User Guide
Public documentation on using the inference platform
Overview
The Vector Inference Platform is a service provided by the AI Engineering team at Vector Institute. It hosts large, state-of-the-art open-source language models that anyone in the Vector community can use freely and easily.
Unlike previous efforts to provide inference services on Vector's compute environment, this platform is a production-grade, always-available service. Users do not need to spin up their own models via Slurm jobs or worry about time limits — models remain persistently online.
The source code and technical documentation for this project are available on the GitHub repository.
For the current list of available models and their specifications, visit inference.vectorinstitute.ai.

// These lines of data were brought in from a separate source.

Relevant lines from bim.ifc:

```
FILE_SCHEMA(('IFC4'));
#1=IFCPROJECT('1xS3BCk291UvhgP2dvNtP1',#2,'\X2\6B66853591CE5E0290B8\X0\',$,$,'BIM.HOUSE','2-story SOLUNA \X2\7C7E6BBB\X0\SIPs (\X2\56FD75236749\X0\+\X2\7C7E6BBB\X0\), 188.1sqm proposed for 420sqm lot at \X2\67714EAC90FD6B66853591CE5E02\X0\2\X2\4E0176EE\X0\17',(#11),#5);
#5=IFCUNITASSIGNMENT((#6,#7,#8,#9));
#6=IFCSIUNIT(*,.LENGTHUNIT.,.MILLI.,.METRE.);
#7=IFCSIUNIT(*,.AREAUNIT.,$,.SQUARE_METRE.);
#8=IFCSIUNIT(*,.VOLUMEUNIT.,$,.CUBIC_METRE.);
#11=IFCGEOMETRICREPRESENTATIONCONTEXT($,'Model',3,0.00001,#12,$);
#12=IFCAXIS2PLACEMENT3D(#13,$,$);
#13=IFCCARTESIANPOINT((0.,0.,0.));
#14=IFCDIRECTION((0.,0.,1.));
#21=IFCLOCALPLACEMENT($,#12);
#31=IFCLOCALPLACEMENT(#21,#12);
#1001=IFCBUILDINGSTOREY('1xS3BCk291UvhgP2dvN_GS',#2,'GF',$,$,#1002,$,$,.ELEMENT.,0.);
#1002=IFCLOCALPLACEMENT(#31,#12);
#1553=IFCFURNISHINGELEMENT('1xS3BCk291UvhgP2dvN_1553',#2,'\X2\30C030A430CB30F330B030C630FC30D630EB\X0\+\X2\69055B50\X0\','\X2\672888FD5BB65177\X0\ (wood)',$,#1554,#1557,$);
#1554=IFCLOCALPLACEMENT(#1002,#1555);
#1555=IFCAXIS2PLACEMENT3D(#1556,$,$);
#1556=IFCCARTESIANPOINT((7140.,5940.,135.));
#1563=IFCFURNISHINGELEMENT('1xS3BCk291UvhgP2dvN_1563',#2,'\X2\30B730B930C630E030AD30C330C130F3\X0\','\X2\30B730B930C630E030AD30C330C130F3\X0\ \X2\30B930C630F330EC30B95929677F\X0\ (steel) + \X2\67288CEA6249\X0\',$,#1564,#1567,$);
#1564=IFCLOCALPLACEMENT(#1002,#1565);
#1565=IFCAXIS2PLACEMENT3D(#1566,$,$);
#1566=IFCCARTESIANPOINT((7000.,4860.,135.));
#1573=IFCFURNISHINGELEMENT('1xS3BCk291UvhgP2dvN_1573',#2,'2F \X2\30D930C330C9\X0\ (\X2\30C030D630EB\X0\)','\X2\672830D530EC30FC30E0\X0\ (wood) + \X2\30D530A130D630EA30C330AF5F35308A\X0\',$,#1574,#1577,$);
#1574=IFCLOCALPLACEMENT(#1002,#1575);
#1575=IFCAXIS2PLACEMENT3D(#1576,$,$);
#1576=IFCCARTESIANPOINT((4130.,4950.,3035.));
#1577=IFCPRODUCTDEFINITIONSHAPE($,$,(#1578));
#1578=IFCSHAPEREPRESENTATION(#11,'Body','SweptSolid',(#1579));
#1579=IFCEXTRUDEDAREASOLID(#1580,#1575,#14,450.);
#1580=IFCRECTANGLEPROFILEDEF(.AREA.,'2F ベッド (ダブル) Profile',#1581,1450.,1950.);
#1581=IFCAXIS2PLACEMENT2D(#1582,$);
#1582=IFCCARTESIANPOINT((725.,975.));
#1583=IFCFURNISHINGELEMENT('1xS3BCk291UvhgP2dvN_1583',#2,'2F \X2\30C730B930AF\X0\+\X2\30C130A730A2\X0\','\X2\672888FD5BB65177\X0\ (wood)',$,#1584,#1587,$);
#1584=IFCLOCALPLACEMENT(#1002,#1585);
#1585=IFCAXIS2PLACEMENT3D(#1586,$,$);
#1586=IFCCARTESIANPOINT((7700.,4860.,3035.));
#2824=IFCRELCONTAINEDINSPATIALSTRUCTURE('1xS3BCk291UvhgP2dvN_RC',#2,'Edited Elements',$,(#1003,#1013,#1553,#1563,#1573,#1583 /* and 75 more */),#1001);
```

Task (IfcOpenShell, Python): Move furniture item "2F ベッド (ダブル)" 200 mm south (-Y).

```python
import ifcopenshell
import ifcopenshell.api.geometry
import ifcopenshell.util.placement

model = ifcopenshell.open("bim.ifc")

item = model.by_id(1573)
matrix = ifcopenshell.util.placement.get_local_placement(item.ObjectPlacement)
matrix[1, 3] -= 200.0
ifcopenshell.api.geometry.edit_object_placement(model, product=item, matrix=matrix, is_si=False)

print(ifcopenshell.util.placement.get_local_placement(item.ObjectPlacement).round(3) + 0.0)

model.write("bim-out.ifc")
```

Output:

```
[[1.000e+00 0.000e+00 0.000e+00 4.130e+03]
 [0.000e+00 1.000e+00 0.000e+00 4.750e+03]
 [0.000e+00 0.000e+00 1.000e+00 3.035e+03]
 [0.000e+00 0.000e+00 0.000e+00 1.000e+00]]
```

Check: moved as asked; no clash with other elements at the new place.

The AI Engineering team will continue to add new models as the service matures. Feedback and model requests are welcome — contact the AI Engineering team.
Getting Started
The Vector Inference Platform is available to all Vector Institute community members. For an up-to-date list of available models and their specifications, visit inference.vectorinstitute.ai.
Getting an API Key
Access is managed via invite links. To get started:
- Contact the AI Engineering team to request access. They will create your account and send you an invite email.
- Click the link in the invite email. It is valid for 48 hours and takes you to the Vector Proxy dashboard.
- Your API key is generated and displayed once — copy and save it immediately. The key will not be shown again.
API keys have the format vp_xxxxxxxx.yyyyyy....
Prerequisites
Install the OpenAI Python client:
pip install openaiUsage
The platform exposes an OpenAI-compatible API at https://proxy.vectorinstitute.ai/v1. Use it as a drop-in replacement for any OpenAI client by changing the base_url and model parameters.
from openai import OpenAI
client = OpenAI(
base_url="https://proxy.vectorinstitute.ai/v1",
api_key="vp_xxxxxxxx.yyyyyy..."
)
stream = client.chat.completions.create(
model="<model-id>", # see inference.vectorinstitute.ai for available models
messages=[{"role": "user", "content": "Explain attention mechanisms in transformers."}],
stream=True,
)
for chunk in stream:
if chunk.choices:
print(chunk.choices[0].delta.content or "", end="", flush=True)You can also use curl:
curl https://proxy.vectorinstitute.ai/v1/chat/completions \
-H "Authorization: Bearer vp_xxxxxxxx.yyyyyy..." \
-H "Content-Type: application/json" \
-d '{
"model": "<model-id>",
"messages": [{"role": "user", "content": "Hello!"}]
}'Listing Available Models
Retrieve the current list of enabled models programmatically:
curl https://proxy.vectorinstitute.ai/v1/models \
-H "Authorization: Bearer vp_xxxxxxxx.yyyyyy..."Or visit inference.vectorinstitute.ai for a visual overview.